普通に戦えば、恐らく敵側に軍配が上がるだろうが……誠人の援護があるおかげで、互角以上に戦えているようだ。

リオグラス側の兵の練度が高いって言うのもあるけど、これはなかなかいい感じみたいだな。



「―――マリエル。それと、フレイシュッツ卿」

「はっ、何でしょう」

「陛下?」



 混戦状態になっている戦場をどう狙撃したものか悩んでいた俺は、ふと背後からかけられた声に振り返った。

そこにいるのは、口元に笑みを浮かべた陛下の姿。

彼はそんな表情のまま、俺へと向けて声を上げた。



「感謝するぞ。お前たちのおかげで、我らは重要な拠点を護り切る事が出来た」

「勿体無きお言葉です」

「俺達だけじゃなくて、ここを防衛していたリオグラスの騎士たち全員ですよ。皆がいたからこそ、ここを護り切れたんです」

「ふ……そうか。ならば、お前とゼノンの隊全てに褒美を取らせねばなるまい!」

『おおおおおおおおっ!?』



 楽しそうな笑みと共に大きく発せられた声は周囲に伝わり、それと同時に周囲の騎士達から歓声が上がった。

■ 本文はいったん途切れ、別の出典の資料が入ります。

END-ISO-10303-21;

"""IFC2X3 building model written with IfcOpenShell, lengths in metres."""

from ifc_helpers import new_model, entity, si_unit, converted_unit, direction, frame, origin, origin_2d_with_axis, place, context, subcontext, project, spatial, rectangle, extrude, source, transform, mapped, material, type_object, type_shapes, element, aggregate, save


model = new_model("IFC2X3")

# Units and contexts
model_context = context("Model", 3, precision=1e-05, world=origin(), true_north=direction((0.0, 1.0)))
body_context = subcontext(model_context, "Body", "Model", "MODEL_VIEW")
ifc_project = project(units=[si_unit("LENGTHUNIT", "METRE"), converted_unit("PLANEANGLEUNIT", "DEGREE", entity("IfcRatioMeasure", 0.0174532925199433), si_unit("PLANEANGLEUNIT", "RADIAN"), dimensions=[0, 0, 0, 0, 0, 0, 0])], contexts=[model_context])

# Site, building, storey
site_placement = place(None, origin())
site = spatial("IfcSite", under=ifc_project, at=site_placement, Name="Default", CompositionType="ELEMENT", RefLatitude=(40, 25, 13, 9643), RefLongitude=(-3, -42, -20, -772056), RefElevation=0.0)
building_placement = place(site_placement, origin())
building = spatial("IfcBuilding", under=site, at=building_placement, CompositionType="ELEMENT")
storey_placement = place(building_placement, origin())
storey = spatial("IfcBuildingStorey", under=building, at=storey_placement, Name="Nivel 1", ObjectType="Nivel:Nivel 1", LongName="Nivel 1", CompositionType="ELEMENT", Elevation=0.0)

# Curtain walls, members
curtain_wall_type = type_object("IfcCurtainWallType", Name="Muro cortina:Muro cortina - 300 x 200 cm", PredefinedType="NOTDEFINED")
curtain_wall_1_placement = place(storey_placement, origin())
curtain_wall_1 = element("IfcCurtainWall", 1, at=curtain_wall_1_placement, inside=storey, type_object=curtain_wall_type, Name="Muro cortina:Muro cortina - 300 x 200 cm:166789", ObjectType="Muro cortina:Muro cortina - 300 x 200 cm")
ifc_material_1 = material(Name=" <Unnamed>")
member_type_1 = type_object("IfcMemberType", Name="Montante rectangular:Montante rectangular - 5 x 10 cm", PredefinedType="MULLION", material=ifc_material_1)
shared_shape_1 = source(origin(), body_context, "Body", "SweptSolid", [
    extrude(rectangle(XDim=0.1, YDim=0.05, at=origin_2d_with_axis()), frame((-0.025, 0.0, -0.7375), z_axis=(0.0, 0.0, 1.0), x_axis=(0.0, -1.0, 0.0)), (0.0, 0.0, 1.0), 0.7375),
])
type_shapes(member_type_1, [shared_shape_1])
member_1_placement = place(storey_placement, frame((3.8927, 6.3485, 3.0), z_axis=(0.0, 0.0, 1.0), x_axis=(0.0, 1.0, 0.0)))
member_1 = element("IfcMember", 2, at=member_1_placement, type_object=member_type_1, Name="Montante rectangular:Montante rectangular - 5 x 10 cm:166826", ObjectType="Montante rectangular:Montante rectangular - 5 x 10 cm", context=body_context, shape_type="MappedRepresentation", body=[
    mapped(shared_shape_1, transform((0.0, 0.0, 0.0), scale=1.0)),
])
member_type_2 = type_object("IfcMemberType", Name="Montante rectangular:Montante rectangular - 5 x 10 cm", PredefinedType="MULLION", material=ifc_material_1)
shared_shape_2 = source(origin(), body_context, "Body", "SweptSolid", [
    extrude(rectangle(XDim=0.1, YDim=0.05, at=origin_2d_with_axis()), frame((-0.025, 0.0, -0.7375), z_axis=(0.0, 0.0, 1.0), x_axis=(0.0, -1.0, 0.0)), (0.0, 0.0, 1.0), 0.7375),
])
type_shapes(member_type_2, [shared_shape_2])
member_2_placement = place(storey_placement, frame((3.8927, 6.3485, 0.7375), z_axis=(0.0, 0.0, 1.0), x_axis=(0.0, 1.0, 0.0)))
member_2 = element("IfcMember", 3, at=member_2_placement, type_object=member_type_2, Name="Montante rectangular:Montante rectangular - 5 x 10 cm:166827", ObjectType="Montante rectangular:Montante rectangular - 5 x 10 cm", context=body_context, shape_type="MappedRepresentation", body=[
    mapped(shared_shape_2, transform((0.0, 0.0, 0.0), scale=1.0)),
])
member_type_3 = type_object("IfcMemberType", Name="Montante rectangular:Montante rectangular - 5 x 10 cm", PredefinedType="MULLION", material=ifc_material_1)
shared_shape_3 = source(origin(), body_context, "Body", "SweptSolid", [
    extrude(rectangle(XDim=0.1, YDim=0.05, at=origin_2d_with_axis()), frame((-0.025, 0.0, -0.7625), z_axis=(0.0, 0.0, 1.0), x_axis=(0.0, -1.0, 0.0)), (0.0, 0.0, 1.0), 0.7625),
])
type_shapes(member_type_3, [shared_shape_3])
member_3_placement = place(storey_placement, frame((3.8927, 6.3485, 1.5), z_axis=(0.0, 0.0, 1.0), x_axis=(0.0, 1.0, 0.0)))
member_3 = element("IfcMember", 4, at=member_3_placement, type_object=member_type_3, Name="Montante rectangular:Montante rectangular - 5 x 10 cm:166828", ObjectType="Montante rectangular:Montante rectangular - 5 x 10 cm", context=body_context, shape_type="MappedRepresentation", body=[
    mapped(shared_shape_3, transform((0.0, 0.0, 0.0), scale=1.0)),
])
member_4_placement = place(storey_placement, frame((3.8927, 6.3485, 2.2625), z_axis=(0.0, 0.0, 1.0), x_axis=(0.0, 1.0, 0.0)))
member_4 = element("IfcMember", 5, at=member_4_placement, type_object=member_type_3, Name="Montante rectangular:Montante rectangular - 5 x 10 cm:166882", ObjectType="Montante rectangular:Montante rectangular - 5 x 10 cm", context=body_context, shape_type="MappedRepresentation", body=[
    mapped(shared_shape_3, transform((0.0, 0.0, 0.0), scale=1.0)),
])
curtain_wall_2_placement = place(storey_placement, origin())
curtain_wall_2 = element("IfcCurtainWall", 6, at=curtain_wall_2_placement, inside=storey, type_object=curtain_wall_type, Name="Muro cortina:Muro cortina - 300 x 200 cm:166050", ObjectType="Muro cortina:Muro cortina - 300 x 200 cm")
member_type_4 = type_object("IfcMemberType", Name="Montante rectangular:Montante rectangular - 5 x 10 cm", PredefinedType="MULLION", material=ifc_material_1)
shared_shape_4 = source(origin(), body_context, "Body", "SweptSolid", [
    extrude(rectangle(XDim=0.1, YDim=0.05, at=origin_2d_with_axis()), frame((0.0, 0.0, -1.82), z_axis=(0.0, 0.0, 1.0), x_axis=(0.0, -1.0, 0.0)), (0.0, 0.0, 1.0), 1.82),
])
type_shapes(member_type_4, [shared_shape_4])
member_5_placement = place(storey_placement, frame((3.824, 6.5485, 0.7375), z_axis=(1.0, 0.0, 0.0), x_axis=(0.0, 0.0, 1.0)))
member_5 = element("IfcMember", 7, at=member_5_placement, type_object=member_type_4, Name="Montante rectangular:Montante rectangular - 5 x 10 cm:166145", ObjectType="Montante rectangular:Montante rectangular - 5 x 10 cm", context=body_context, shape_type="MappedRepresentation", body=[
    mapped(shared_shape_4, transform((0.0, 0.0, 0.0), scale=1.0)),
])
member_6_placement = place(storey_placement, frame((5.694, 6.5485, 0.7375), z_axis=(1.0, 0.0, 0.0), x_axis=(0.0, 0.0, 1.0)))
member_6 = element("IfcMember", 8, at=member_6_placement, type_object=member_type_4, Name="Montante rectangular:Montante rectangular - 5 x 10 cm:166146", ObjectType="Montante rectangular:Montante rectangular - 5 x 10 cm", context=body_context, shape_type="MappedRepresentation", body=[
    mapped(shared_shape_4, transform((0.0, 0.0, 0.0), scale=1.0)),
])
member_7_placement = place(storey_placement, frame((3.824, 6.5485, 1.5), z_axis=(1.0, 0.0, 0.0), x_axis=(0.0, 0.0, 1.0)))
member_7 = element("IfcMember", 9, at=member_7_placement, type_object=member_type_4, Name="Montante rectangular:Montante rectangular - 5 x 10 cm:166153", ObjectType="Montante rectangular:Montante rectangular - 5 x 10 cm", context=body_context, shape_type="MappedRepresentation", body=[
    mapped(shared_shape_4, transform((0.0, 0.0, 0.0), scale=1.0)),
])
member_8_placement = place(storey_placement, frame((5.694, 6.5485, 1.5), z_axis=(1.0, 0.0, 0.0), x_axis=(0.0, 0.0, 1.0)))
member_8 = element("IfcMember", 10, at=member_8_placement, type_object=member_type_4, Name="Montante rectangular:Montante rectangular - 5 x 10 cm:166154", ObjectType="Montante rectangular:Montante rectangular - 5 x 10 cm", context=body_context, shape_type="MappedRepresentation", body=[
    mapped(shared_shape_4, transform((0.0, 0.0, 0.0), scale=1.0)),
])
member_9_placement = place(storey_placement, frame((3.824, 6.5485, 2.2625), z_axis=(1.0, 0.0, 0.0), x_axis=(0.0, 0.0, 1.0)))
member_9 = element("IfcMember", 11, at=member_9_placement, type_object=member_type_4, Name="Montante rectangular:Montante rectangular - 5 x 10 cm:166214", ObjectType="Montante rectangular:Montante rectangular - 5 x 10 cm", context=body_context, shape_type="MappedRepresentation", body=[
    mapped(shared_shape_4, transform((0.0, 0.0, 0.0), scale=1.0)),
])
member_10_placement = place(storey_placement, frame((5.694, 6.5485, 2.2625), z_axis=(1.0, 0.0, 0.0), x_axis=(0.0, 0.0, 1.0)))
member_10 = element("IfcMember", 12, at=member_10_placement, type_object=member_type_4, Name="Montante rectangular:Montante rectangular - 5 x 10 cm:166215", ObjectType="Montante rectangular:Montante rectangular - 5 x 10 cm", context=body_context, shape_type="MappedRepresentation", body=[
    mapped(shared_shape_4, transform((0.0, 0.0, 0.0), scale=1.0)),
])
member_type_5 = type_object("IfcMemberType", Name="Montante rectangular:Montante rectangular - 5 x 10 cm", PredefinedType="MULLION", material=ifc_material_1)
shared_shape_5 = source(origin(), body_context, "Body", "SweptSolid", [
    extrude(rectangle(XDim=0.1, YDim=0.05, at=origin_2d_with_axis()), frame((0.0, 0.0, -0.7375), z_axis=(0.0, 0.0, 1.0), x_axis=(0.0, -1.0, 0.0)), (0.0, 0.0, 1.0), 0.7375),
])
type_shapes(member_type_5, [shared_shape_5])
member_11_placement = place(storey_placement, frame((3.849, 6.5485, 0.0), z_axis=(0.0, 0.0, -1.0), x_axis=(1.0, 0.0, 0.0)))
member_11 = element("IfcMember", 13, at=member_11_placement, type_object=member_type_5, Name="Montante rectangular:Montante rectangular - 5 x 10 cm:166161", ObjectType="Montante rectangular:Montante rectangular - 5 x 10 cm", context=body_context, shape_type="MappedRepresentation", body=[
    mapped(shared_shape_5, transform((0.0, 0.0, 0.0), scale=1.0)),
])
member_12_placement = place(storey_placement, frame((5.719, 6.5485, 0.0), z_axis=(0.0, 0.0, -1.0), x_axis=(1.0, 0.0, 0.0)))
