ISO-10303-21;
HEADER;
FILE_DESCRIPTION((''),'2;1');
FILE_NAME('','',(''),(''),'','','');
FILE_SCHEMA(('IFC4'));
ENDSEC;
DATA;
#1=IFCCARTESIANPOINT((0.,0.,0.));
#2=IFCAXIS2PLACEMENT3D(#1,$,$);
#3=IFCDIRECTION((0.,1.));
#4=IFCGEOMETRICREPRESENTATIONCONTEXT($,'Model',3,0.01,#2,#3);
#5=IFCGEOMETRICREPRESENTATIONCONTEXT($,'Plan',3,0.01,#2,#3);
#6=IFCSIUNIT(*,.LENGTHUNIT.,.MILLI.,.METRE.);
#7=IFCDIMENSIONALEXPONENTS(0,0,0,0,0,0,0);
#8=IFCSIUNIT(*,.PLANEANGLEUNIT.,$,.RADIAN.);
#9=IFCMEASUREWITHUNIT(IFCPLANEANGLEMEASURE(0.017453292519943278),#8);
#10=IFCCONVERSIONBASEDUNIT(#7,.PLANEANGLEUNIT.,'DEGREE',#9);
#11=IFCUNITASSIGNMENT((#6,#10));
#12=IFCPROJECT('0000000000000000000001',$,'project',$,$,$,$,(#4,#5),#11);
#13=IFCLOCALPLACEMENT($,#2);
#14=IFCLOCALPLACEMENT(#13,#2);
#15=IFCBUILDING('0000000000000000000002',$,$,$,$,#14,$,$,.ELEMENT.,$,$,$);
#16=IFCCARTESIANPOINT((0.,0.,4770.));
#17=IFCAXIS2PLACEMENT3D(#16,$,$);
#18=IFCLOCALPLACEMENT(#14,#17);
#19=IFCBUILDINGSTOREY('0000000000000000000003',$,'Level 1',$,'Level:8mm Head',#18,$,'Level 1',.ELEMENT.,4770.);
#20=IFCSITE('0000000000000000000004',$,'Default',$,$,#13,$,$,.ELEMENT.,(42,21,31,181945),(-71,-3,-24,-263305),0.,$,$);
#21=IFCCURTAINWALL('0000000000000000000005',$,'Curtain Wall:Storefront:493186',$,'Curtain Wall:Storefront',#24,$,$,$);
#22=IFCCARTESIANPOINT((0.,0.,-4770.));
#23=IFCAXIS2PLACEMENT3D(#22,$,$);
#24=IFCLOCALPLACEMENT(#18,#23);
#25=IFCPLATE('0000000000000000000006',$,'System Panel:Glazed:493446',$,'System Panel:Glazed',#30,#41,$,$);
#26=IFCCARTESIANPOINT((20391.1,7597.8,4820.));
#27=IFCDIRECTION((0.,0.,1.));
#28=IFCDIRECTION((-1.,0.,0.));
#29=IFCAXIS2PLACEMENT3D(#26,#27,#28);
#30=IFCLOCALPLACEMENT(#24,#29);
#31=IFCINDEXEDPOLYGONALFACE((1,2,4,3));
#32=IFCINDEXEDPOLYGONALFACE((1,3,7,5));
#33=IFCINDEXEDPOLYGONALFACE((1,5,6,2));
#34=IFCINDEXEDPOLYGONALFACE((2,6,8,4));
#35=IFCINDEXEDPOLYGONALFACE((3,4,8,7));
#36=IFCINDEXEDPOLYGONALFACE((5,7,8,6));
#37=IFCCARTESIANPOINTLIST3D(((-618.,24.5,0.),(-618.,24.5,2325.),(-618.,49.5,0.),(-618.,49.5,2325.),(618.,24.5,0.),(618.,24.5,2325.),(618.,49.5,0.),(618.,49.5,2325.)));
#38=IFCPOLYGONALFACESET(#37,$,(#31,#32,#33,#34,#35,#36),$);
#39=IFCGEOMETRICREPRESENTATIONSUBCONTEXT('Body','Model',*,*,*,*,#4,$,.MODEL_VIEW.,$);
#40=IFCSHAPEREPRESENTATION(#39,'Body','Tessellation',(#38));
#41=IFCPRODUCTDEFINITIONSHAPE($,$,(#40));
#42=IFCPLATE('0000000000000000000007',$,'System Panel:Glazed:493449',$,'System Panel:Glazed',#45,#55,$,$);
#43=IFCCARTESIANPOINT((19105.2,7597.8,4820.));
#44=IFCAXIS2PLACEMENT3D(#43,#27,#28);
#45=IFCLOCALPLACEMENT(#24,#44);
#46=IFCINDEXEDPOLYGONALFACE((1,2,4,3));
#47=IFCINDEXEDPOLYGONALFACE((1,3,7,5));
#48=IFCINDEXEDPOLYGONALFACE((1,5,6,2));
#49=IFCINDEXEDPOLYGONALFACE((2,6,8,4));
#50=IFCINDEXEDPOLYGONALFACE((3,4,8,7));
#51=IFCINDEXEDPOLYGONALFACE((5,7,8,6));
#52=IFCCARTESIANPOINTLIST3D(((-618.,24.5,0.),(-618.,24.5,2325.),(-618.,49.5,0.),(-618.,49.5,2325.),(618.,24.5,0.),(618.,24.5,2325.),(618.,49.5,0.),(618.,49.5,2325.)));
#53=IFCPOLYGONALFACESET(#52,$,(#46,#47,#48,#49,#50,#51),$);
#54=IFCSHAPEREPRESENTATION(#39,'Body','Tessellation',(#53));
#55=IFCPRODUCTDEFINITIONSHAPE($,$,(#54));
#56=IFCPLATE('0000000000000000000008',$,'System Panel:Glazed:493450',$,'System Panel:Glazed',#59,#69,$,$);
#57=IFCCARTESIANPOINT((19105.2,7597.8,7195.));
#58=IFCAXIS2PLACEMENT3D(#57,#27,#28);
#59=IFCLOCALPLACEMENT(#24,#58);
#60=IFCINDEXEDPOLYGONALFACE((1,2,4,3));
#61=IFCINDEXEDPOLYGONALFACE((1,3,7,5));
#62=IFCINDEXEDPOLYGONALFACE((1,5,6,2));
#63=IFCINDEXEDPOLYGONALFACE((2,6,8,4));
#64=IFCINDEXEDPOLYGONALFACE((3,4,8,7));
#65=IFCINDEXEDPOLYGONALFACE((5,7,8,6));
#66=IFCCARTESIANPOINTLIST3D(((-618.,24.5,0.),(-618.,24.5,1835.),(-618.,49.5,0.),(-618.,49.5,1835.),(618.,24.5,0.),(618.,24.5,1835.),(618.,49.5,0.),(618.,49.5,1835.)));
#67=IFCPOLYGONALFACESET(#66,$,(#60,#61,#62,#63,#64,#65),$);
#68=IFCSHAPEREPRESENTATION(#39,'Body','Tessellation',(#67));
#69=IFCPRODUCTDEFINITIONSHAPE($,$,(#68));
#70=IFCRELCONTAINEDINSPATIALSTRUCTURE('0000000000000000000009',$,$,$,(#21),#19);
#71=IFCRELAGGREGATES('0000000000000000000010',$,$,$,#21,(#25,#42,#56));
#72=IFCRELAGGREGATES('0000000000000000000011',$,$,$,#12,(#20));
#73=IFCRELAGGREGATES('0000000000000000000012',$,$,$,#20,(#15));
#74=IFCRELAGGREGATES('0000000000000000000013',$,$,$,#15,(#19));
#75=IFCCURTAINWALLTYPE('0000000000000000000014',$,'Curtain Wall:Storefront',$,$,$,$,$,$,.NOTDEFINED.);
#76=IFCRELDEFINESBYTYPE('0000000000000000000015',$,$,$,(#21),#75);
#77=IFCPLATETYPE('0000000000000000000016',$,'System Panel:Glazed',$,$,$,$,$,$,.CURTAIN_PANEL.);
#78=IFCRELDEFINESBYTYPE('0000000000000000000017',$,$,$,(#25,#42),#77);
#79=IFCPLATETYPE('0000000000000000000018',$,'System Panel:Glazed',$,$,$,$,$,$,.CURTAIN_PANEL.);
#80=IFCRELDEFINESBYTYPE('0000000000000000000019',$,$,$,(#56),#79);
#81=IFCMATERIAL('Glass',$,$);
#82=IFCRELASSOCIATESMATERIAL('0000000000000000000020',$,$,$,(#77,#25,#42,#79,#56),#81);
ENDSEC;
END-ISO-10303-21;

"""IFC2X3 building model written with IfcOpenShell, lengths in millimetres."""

from ifc_helpers import new_model, entity, si_unit, converted_unit, direction, frame, origin, origin_2d_with_axis, place, context, subcontext, project, spatial, rectangle, extrude, source, transform, mapped, material, type_object, type_shapes, element, aggregate, save


model = new_model("IFC2X3")

# Units and contexts
model_context = context("Model", 3, precision=0.01, world=origin(), true_north=direction((0.0, 1.0)))
plan_context = context("Plan", 3, precision=0.01, world=origin(), true_north=direction((0.0, 1.0)))
body_context = subcontext(model_context, "Body", "Model", "MODEL_VIEW")
ifc_project = project(units=[si_unit("LENGTHUNIT", "METRE", prefix="MILLI"), converted_unit("PLANEANGLEUNIT", "DEGREE", entity("IfcPlaneAngleMeasure", 0.017453292519943278), si_unit("PLANEANGLEUNIT", "RADIAN"), dimensions=[0, 0, 0, 0, 0, 0, 0])], contexts=[model_context, plan_context])

# Site, building, storey
site_placement = place(None, origin())
site = spatial("IfcSite", under=ifc_project, at=site_placement, Name="Default", CompositionType="ELEMENT", RefLatitude=(42, 21, 31, 181945), RefLongitude=(-71, -3, -24, -263305), RefElevation=0.0)
building_placement = place(site_placement, origin())
building = spatial("IfcBuilding", under=site, at=building_placement, CompositionType="ELEMENT")
storey_placement = place(building_placement, frame((0.0, 0.0, 4770.0)))
storey = spatial("IfcBuildingStorey", under=building, at=storey_placement, Name="Level 1", ObjectType="Level:8mm Head", LongName="Level 1", CompositionType="ELEMENT", Elevation=4770.0)

# Curtain wall
curtain_wall_type = type_object("IfcCurtainWallType", Name="Curtain Wall:Storefront", PredefinedType="NOTDEFINED")
curtain_wall_1_placement = place(storey_placement, frame((0.0, 0.0, -4770.0)))
curtain_wall_1 = element("IfcCurtainWall", 1, at=curtain_wall_1_placement, inside=storey, type_object=curtain_wall_type, Name="Curtain Wall:Storefront:493186", ObjectType="Curtain Wall:Storefront")

# Plates
ifc_material_1 = material(Name="Glass")
plate_type_1 = type_object("IfcPlateType", Name="System Panel:Glazed", PredefinedType="CURTAIN_PANEL", material=ifc_material_1)
shared_shape_1 = source(origin(), body_context, "Body", "SweptSolid", [
    extrude(rectangle(XDim=25.0, YDim=1236.0, at=origin_2d_with_axis()), frame((0.0, 37.0, 0.0), z_axis=(0.0, 0.0, 1.0), x_axis=(0.0, 1.0, 0.0)), (0.0, 0.0, 1.0), 2325.0),
])
type_shapes(plate_type_1, [shared_shape_1])
plate_1_placement = place(curtain_wall_1_placement, frame((20391.1, 7597.8, 4820.0), z_axis=(0.0, 0.0, 1.0), x_axis=(-1.0, 0.0, 0.0)))
plate_1 = element("IfcPlate", 2, at=plate_1_placement, type_object=plate_type_1, material=ifc_material_1, Name="System Panel:Glazed:493446", ObjectType="System Panel:Glazed", context=body_context, shape_type="MappedRepresentation", body=[
    mapped(shared_shape_1, transform((0.0, 0.0, 0.0), scale=1.0)),
])
plate_2_placement = place(curtain_wall_1_placement, frame((19105.2, 7597.8, 4820.0), z_axis=(0.0, 0.0, 1.0), x_axis=(-1.0, 0.0, 0.0)))
plate_2 = element("IfcPlate", 3, at=plate_2_placement, type_object=plate_type_1, material=ifc_material_1, Name="System Panel:Glazed:493449", ObjectType="System Panel:Glazed", context=body_context, shape_type="MappedRepresentation", body=[
    mapped(shared_shape_1, transform((0.0, 0.0, 0.0), scale=1.0)),
])
plate_type_2 = type_object("IfcPlateType", Name="System Panel:Glazed", PredefinedType="CURTAIN_PANEL", material=ifc_material_1)
shared_shape_2 = source(origin(), body_context, "Body", "SweptSolid", [
    extrude(rectangle(XDim=25.0, YDim=1236.0, at=origin_2d_with_axis()), frame((0.0, 37.0, 0.0), z_axis=(0.0, 0.0, 1.0), x_axis=(0.0, 1.0, 0.0)), (0.0, 0.0, 1.0), 1835.0),
])
type_shapes(plate_type_2, [shared_shape_2])
plate_3_placement = place(curtain_wall_1_placement, frame((19105.2, 7597.8, 7195.0), z_axis=(0.0, 0.0, 1.0), x_axis=(-1.0, 0.0, 0.0)))
plate_3 = element("IfcPlate", 4, at=plate_3_placement, type_object=plate_type_2, material=ifc_material_1, Name="System Panel:Glazed:493450", ObjectType="System Panel:Glazed", context=body_context, shape_type="MappedRepresentation", body=[
    mapped(shared_shape_2, transform((0.0, 0.0, 0.0), scale=1.0)),
])
aggregate(curtain_wall_1, [plate_1, plate_2, plate_3])

save(model, "model.ifc")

まあ、その直後に注意を逸らすな、とマリエル様によって叱られてた訳だが。

しかし、この人はメリハリがあるって言うか……しめる時はしめるけど、それ以外の時は結構フレンドリーだよなぁ。

だからこそ、一般の騎士達からも人気があるんだろうけど。



「ミーナリア、お前もな……ルリアやギルベルトが心配していたぞ?」

「……ごめん、なさい」

「叱っている訳ではないさ。お前の働きがあったからこそ、我々は迅速に動く事が出来た。

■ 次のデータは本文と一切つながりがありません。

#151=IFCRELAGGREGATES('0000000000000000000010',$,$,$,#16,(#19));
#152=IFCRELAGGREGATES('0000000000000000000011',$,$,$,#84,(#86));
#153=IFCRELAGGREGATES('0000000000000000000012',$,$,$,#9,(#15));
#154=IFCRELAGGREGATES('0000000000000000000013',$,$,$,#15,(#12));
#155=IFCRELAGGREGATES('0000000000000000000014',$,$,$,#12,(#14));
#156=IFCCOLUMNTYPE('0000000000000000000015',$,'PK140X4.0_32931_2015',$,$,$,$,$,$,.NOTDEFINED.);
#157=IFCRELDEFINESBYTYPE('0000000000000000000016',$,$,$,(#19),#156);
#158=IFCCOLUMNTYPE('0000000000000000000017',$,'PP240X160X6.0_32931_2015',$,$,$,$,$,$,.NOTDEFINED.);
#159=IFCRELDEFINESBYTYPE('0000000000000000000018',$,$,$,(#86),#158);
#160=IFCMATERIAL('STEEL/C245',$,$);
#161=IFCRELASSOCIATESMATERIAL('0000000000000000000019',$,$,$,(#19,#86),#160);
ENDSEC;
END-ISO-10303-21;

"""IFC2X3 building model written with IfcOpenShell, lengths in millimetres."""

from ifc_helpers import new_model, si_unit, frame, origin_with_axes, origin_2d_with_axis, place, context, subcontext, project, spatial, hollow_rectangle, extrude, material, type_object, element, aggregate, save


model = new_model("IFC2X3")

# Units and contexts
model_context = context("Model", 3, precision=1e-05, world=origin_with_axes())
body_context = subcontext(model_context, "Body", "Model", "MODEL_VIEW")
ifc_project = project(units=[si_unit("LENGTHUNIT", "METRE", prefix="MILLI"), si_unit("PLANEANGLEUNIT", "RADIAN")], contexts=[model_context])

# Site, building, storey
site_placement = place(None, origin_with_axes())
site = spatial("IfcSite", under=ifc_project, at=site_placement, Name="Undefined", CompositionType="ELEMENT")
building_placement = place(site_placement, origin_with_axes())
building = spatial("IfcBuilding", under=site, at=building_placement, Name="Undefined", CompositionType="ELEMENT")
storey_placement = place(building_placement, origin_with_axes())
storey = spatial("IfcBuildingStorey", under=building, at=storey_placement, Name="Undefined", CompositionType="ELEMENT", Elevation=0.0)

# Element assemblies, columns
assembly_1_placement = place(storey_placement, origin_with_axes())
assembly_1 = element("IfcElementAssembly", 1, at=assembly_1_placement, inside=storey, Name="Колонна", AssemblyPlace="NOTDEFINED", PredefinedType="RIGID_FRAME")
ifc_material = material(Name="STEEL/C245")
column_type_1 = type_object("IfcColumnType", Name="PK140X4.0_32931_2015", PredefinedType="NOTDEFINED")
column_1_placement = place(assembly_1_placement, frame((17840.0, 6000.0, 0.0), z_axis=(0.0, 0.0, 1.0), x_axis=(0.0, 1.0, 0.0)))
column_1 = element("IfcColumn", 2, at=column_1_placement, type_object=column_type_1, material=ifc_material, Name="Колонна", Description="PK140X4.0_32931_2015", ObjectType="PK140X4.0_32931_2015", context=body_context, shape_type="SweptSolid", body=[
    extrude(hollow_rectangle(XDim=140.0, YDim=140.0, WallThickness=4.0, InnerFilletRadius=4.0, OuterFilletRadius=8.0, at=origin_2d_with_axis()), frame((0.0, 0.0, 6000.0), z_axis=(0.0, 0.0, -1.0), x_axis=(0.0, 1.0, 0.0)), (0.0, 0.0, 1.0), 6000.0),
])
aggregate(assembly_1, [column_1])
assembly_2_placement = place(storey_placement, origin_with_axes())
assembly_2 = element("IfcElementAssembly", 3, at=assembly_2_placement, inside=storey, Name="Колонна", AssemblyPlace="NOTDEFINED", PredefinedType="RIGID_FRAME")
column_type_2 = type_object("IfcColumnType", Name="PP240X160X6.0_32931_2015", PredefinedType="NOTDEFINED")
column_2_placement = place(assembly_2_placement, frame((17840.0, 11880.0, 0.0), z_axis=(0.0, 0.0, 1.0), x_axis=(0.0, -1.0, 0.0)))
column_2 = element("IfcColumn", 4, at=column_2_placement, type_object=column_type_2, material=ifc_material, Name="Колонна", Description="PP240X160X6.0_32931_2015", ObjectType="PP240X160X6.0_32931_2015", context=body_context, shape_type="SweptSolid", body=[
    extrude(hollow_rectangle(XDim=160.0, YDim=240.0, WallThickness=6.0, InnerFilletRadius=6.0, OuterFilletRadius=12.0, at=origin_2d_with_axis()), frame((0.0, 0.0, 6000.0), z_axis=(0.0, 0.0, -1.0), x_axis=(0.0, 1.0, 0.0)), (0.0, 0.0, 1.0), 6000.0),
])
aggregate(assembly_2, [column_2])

あの事・・・を今まで黙っていたのはマイナスだが……それを帳消しにして余りある働きはしているだろう?」



 あの事ってのはベルヴェルクの事か、二千年前の事か……まあ、俺達の事を思って黙ってた訳だし、追求はされないだろう。

戦場から注意を離さないようにしながらも、俺は陛下の声を聴く。

陛下も緊張している感じではないし、戦場は問題ないんだろうけどな。



「お前たちがここを防衛している間にも、様々な動きがあった。グレイスレイドの聖女からも連絡があったが、あちらもディンバーツからの侵略を受けているそうだ」

「……!」

「安心しろ、テオドール・ラインの尽力によって撃退に成功したそうだ」



 ミナが表情を変えたが、それを見た陛下は苦笑しつつ声を上げる。

やっぱり、あっちも攻撃を受けてた訳か……まあでも、あっちには聖女様もいる訳だし、とりあえずは問題ないだろう。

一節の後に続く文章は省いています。